Digital technologies and advances in computational methods have become key drivers of innovation in medicine. In psychiatry, accurate and reliable digitally-derived measures of mental health can inform patient stratification and care. Digital psychiatry can reduce costs, increase scalability, and improve test-retest reliability while decreasing subjective biases. However, to date, digital technologies have not yet unlocked their full potential to guide clinical decision-making.

In this talk, Prof. Katharina Schultebraucks highlighted examples of digital approaches in psychiatry from her own multidisciplinary research that is focused on bringing together the expertise of clinical practitioners with recent advances in predictive modeling and digital phenotyping.  She discussed how those approaches bear a high potential for clinical application and may improve the scalability and sensitivity of clinical assessments.
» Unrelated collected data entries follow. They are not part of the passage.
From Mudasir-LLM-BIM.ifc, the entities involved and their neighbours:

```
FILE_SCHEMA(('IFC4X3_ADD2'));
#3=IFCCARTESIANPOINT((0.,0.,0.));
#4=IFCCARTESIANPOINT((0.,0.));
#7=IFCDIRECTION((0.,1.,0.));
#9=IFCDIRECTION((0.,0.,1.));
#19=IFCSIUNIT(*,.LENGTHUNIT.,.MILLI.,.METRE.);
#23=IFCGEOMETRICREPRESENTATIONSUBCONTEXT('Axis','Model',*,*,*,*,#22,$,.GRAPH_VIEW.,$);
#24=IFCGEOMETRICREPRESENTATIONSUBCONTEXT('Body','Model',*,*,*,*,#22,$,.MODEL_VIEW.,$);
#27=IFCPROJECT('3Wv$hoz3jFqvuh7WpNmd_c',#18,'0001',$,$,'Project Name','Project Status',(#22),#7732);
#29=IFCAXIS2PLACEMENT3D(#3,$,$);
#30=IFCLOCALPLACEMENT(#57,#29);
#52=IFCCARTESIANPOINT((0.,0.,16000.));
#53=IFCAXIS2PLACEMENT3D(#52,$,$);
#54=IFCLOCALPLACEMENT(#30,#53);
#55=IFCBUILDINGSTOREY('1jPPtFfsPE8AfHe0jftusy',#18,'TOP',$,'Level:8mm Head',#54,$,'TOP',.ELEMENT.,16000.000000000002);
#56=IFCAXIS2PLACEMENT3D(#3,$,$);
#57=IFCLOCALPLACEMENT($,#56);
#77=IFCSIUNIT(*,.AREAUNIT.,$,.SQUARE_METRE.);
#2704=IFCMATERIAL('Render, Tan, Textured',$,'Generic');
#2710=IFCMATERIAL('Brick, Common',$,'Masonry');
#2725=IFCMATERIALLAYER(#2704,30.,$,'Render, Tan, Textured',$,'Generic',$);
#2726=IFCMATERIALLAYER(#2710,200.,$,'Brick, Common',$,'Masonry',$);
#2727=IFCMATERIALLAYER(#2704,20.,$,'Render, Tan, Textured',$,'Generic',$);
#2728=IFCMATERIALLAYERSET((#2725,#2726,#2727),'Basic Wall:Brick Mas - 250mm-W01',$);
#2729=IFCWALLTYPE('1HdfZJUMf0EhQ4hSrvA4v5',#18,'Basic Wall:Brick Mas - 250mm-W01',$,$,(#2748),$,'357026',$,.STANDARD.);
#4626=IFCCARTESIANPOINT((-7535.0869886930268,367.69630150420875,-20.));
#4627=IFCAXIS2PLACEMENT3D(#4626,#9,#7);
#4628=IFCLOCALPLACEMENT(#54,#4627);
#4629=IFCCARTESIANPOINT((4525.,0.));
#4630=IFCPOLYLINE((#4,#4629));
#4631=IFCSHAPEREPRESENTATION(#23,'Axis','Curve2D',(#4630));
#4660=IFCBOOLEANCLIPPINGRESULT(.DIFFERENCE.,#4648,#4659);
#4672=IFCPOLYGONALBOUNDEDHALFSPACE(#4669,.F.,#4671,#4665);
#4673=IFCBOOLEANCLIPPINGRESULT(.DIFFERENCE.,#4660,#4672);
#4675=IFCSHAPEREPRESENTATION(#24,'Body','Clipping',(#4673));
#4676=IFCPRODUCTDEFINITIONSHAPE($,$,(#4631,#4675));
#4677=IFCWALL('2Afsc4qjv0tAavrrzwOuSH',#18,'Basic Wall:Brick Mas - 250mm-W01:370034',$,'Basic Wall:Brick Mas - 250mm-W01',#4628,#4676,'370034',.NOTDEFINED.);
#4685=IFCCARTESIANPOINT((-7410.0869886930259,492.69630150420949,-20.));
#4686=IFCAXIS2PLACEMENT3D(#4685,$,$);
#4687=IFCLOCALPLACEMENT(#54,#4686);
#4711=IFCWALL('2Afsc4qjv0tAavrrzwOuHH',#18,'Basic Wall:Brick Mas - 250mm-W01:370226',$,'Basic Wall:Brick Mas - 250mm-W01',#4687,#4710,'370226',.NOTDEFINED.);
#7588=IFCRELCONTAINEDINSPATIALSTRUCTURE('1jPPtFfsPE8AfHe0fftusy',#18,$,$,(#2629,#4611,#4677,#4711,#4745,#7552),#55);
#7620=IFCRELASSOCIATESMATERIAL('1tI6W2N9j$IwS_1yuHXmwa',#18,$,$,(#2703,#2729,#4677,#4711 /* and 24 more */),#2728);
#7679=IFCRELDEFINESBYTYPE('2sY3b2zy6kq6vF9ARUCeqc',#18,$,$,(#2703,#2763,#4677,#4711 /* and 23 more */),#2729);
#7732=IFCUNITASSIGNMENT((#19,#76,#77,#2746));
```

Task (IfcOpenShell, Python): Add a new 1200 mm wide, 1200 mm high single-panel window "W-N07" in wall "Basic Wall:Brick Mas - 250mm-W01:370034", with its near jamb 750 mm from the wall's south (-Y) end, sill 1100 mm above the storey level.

```python
import numpy as np
import ifcopenshell
import ifcopenshell.api.feature
import ifcopenshell.api.geometry
import ifcopenshell.api.root
import ifcopenshell.api.spatial
import ifcopenshell.geom
import ifcopenshell.util.element
import ifcopenshell.util.placement
import ifcopenshell.util.representation
import ifcopenshell.util.shape
import ifcopenshell.util.unit

model = ifcopenshell.open("Mudasir-LLM-BIM.ifc")
unit_scale = ifcopenshell.util.unit.calculate_unit_scale(model)
settings = ifcopenshell.geom.settings()


def volume(element):
    """Net volume in cubic metres, openings subtracted."""
    shape = ifcopenshell.geom.create_shape(settings, element)
    return ifcopenshell.util.shape.get_volume(shape.geometry)


wall = model.by_id(4677)
storey = ifcopenshell.util.element.get_container(wall, ifc_class="IfcBuildingStorey")
context = ifcopenshell.util.representation.get_context(model, "Model", "Body", "MODEL_VIEW")
before = volume(wall)

width, height, from_end, sill = 1.2, 1.2, 0.75, 1.1  # metres

# The wall runs along its own X axis, and the end named is its -X end.
wall_shape = ifcopenshell.geom.create_shape(settings, wall)
x, y, z = ifcopenshell.util.shape.get_vertices(wall_shape.geometry).T
start = x.min() + from_end
face, thickness = float(y.min()), float(y.max() - y.min())
wall_matrix = ifcopenshell.util.placement.get_local_placement(wall.ObjectPlacement)
level = ifcopenshell.util.placement.get_local_placement(storey.ObjectPlacement)[2, 3]


def in_wall(x, y):
    """Placement at x, y metres in the wall's axes, at sill height."""
    matrix = wall_matrix.copy()
    matrix[:, 3] = wall_matrix @ np.array([x / unit_scale, y / unit_scale, 0.0, 1.0])
    matrix[2, 3] = level + sill / unit_scale
    return matrix


# Opening: a box that overshoots both wall faces by 50 mm.
opening = ifcopenshell.api.root.create_entity(model, ifc_class="IfcOpeningElement", predefined_type="OPENING")
box = ifcopenshell.api.geometry.add_wall_representation(
    model, context=context, length=width, height=height, thickness=thickness + 0.1
)
ifcopenshell.api.geometry.assign_representation(model, product=opening, representation=box)
ifcopenshell.api.geometry.edit_object_placement(model, product=opening, matrix=in_wall(start, face - 0.05), is_si=False)
ifcopenshell.api.feature.add_feature(model, feature=opening, element=wall)

window = ifcopenshell.api.root.create_entity(model, ifc_class="IfcWindow", name="W-N07", predefined_type="WINDOW")
window.OverallWidth, window.OverallHeight = width / unit_scale, height / unit_scale
window.PartitioningType = "SINGLE_PANEL"
body = ifcopenshell.api.geometry.add_window_representation(
    model,
    context=context,
    overall_width=window.OverallWidth,
    overall_height=window.OverallHeight,
    partition_type="SINGLE_PANEL",
)
ifcopenshell.api.geometry.assign_representation(model, product=window, representation=body)
ifcopenshell.api.spatial.assign_container(model, products=[window], relating_structure=storey)
ifcopenshell.api.feature.add_filling(model, opening=opening, element=window)

# Centre the window in the wall's thickness.
ifcopenshell.api.geometry.edit_object_placement(model, product=window, matrix=in_wall(start, face), is_si=False)
window_shape = ifcopenshell.geom.create_shape(settings, window)
depth = ifcopenshell.util.shape.get_vertices(window_shape.geometry)[:, 1]
offset = face + thickness / 2 - (depth.min() + depth.max()) / 2
ifcopenshell.api.geometry.edit_object_placement(model, product=window, matrix=in_wall(start, offset), is_si=False)

after = volume(wall)

print(f"wall volume {before:.3f} -> {after:.3f} m3")

model.write("Mudasir-LLM-BIM_edited.ifc")
```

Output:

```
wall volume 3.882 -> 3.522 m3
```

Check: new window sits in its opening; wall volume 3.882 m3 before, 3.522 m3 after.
In view of these recent advancements in prognosticating risk using computational methods, she will conclude by discussing the clinical implications for the future use of machine learning approaches for predicting and monitoring posttraumatic stress and resilience in clinical settings.

Katharina Schultebraucks is currently the Co-Director of the Computational Psychiatry Program and Associate Professor in the Department of Psychiatry and Population Health at NYU Grossmann School of Medicine. She completed her Ph.D. in the Department of Psychiatry and Psychotherapy at the Charité – Universitätsmedizin Berlin in Germany and the Department of Psychology at the Free University, Berlin. She did her postdoctoral fellowship in the Department of Psychiatry at NYU Grossman School of Medicine and was the Florence Irving Assistant Professor and Director of Computational Medicine and Artificial Intelligence in the Department of Emergency Medicine and Psychiatry at Columbia University before joining NYU in January 2023. Since the early time of Dr. Schultebraucks’ dissertation project, her research has focused on studying mental disorders from a translational point of view by examining primary behavioral functions and dysfunction of various neuroendocrine, molecular, cellular, and genetic pathways from an integrative, multi-systems point of view. She investigates longitudinal and prospective studies to identify complex sets of early predictors. Dr. Schultebraucks’ primary research focus is centered on precision psychiatry by applying advanced computational methods to improve individualized risk stratification and individualized treatment allocation, leading to publications in Nature Medicine, JAMA Psychiatry, and Molecular Psychiatry. She has been awarded several awards and national and international grants from, e.g., from the National Institutes of Health (NIH) and the Swiss National Science Foundation.